This step is as mysterious as how a cloud attains its rotation. There are only two possible mechanisms. Either the tornado concentrates pre-existing rotation in its environment, or some mechanism generates the rotation locally. The following hypotheses and models are variations on these two possibilities.
In the following paragraphs I will discuss a little of each model's merits and shortcomings. You'll note that each model shares some features with one or more of the other models.
Kuo's model has as one drawback that the tornadoes ought to form coterminously with the thunderstorm, and, I suppose, might even precede full development of the thunderstorm. This seems suspicious. On the other hand, Kuo's model leads to vortexes that are very much like tornadoes in size and intensity. His model provides an energy source for the tornado, but does not provide a source of vorticity. The vorticity is supposed to pre-exist in the general area of the parent thunderstorm. The region beneath the thunderstorm is symmetric and there is no mechanism that localizes the tornado. Instead the actual location of a tornado beneath the thunderstorm depends on some symmetry breaking feature or occurrence. Perhaps some feature on the ground.
The Maxworthy hypothesis does a great job of explaining dust-devils. It provides a source of vorticity in the wind shear near the surface and an energy source in the instability of heated air. Considering how thin the boundary layer is, Maxworthy's hypothesis seems very difficult to apply to tornadoes and even more difficult to apply to thunderstorm rotation. Once again the elements for tornado formation are in place before the thunderstorm is even formed, so a person has to wonder about the timing of events.
Eagleman's model has several appealing aspects. It provides a nearby, ready source of vorticity for the tornado, it provides a mechanism to concentrate circulation as the tornado vortex is drawn downstream in the anvil and stretched, and it provides a place to dump the core flow and vorticity. It ties the tornado to the jet stream directly; although, the jet stream may be linked to the generation of a tornado only indirectly through the convergence a jet-streak produces. It will work even if the layer of atmosphere below the thunderstorm is stable and has to be sucked into the storm. Unfortunately Eagleman's estimates of wind speeds and central pressure deficit are so badly out of agreement with observation that people may have dismissed the theory for this reason alone. Moreover, does a thunderstorm actually behave like this? The dipole flow has to develop from interaction with the ambient flow. How long does it take this to develop? Do surface pressures beneath a thunderstorm support this model?
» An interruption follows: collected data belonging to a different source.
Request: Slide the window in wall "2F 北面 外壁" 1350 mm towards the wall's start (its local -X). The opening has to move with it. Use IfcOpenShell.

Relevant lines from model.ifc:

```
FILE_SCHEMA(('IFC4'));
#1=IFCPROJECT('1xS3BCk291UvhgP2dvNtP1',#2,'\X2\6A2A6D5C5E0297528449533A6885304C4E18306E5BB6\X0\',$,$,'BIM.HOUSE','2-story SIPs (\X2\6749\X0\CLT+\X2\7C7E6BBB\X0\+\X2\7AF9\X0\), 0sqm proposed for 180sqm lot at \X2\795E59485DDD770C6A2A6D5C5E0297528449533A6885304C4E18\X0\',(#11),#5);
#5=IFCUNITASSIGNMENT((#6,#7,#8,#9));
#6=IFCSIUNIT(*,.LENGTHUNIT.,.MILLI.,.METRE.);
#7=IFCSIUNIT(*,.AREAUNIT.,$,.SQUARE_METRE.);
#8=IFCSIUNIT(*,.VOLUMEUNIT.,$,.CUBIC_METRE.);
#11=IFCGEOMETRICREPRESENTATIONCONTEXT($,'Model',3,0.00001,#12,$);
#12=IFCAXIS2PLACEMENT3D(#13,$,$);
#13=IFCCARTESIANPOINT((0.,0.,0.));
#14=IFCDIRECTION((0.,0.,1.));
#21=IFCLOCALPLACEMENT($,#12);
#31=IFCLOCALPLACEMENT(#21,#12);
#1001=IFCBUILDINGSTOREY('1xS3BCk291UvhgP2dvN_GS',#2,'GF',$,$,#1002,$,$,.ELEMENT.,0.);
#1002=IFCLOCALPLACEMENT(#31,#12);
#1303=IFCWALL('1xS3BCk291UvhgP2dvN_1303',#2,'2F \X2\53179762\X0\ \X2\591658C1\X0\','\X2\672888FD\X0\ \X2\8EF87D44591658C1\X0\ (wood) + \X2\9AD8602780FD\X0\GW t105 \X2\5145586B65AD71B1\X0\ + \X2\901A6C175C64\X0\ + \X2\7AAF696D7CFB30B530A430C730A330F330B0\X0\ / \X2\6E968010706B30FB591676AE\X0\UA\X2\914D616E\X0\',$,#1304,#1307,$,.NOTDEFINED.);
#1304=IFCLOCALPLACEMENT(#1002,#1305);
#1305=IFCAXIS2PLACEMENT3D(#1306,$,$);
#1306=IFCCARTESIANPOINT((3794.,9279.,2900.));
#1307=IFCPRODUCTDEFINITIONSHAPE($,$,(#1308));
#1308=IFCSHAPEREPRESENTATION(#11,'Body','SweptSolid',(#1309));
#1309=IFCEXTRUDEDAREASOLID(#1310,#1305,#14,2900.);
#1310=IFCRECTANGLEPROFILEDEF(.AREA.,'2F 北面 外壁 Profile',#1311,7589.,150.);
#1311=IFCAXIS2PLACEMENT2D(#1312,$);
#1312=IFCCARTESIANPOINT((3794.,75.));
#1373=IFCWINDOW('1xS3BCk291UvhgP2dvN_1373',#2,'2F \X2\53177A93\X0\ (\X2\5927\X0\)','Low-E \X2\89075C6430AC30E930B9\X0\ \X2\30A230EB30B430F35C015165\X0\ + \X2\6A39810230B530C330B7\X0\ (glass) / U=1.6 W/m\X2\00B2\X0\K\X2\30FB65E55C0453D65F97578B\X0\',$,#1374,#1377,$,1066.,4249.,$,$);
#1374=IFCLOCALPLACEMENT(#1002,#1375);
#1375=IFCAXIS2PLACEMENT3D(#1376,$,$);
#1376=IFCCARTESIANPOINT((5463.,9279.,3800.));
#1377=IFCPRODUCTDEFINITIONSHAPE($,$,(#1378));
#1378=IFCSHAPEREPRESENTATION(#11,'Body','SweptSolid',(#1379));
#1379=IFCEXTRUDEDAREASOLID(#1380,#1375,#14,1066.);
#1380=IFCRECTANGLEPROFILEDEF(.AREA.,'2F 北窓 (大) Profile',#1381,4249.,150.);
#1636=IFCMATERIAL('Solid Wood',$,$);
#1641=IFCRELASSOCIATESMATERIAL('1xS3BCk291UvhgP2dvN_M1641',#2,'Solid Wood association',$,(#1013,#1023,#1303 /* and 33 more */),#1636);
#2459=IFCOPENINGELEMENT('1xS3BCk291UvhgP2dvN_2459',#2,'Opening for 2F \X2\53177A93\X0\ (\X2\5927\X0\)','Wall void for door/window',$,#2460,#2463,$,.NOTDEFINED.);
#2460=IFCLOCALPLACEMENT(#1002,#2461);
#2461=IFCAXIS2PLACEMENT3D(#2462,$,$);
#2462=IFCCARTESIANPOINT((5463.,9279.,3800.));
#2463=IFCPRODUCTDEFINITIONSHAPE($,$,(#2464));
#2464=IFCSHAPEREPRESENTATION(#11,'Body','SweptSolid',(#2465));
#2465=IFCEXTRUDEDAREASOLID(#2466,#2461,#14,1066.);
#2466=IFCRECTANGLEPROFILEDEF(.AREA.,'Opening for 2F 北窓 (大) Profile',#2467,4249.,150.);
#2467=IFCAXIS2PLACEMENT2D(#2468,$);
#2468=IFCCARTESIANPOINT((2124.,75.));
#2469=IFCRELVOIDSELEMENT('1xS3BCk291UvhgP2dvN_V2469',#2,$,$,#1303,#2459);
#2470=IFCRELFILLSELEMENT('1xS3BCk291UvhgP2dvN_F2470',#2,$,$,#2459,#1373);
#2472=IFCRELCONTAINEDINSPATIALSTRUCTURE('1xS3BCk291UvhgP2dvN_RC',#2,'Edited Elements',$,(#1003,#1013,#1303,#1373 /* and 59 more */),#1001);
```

```python
import ifcopenshell
import ifcopenshell.api.geometry
import ifcopenshell.util.placement

model = ifcopenshell.open("model.ifc")

window = model.by_id(1373)
opening = window.FillsVoids[0].RelatingOpeningElement
wall = opening.VoidsElements[0].RelatingBuildingElement

wall_matrix = ifcopenshell.util.placement.get_local_placement(wall.ObjectPlacement)
shift = wall_matrix[:3, 0] * -1350.0
before = ifcopenshell.util.placement.get_local_placement(window.ObjectPlacement)[:3, 3].copy()

# The window is not placed relative to its opening, so move both.
for product in (opening, window):
    matrix = ifcopenshell.util.placement.get_local_placement(product.ObjectPlacement)
    matrix[:3, 3] += shift
    ifcopenshell.api.geometry.edit_object_placement(model, product=product, matrix=matrix, is_si=False)

after = ifcopenshell.util.placement.get_local_placement(window.ObjectPlacement)[:3, 3]
print("window moved by", (after - before).round(3) + 0.0)

model.write("model_edited.ifc")
```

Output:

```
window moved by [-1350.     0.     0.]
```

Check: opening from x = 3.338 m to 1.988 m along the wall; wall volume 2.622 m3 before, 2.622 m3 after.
This drawing, summarized from Eagleman's report shows the mature thunderstorm with both the thunderstorm mesocyclone and its embedded tornado curving downstream in the anvil. In fact Eagleman suggests the anvil in this case is like a wingtip vortex.
Starr's view leaves out most details. Apparently the eddy inflow must exist before the tornado proper, so what starts the eddy inflow? One interesting question in regard to Starr's idea is that the eddies could withdraw angular momentum from the region surrounding the tornado vortex, and leave this region with a deficit or even with negative angular momentum. It ought to be possible, and I suggest that the data exist already somewhere, to decide whether or not this is true. If we find that a tornado is a feature with angular momentum of one sign embedded within a region having angular momentum of opposite sign, then Starr's hypothesis almost certainly has something to do with tornado genesis. There is no other means of explaining the negative viscosity that this would imply.
The secondary circulation hypothesis, which I have refered to as Bluestein's hypothesis offers the advantage of getting the timing of tornado occurence right. The secondary circulation does not exist until the thunderstorm is mature. There are few detail's about what such secondary circulations might be like. In his book "Tornado Alley" Bluestein only refers to dynamic piping, which allows a tornado to descend from within the parent cloud. Eskridge once suggested that the downdraft induced by precipitation is the triggering mechanism for tornado formation, but, then, what of LP storms where there isn't even any virga? Starr's hypothesis may even fit into this category if the momentum-supplying eddies are found to be part of a secondary circulation.
Project Suggestion: Could doppler radar demonstrate whether or not the thunderstorm anvil has vorticity of the same sign as the updraft in the parent storm? This might help verify some of Eagleman's hypothesis.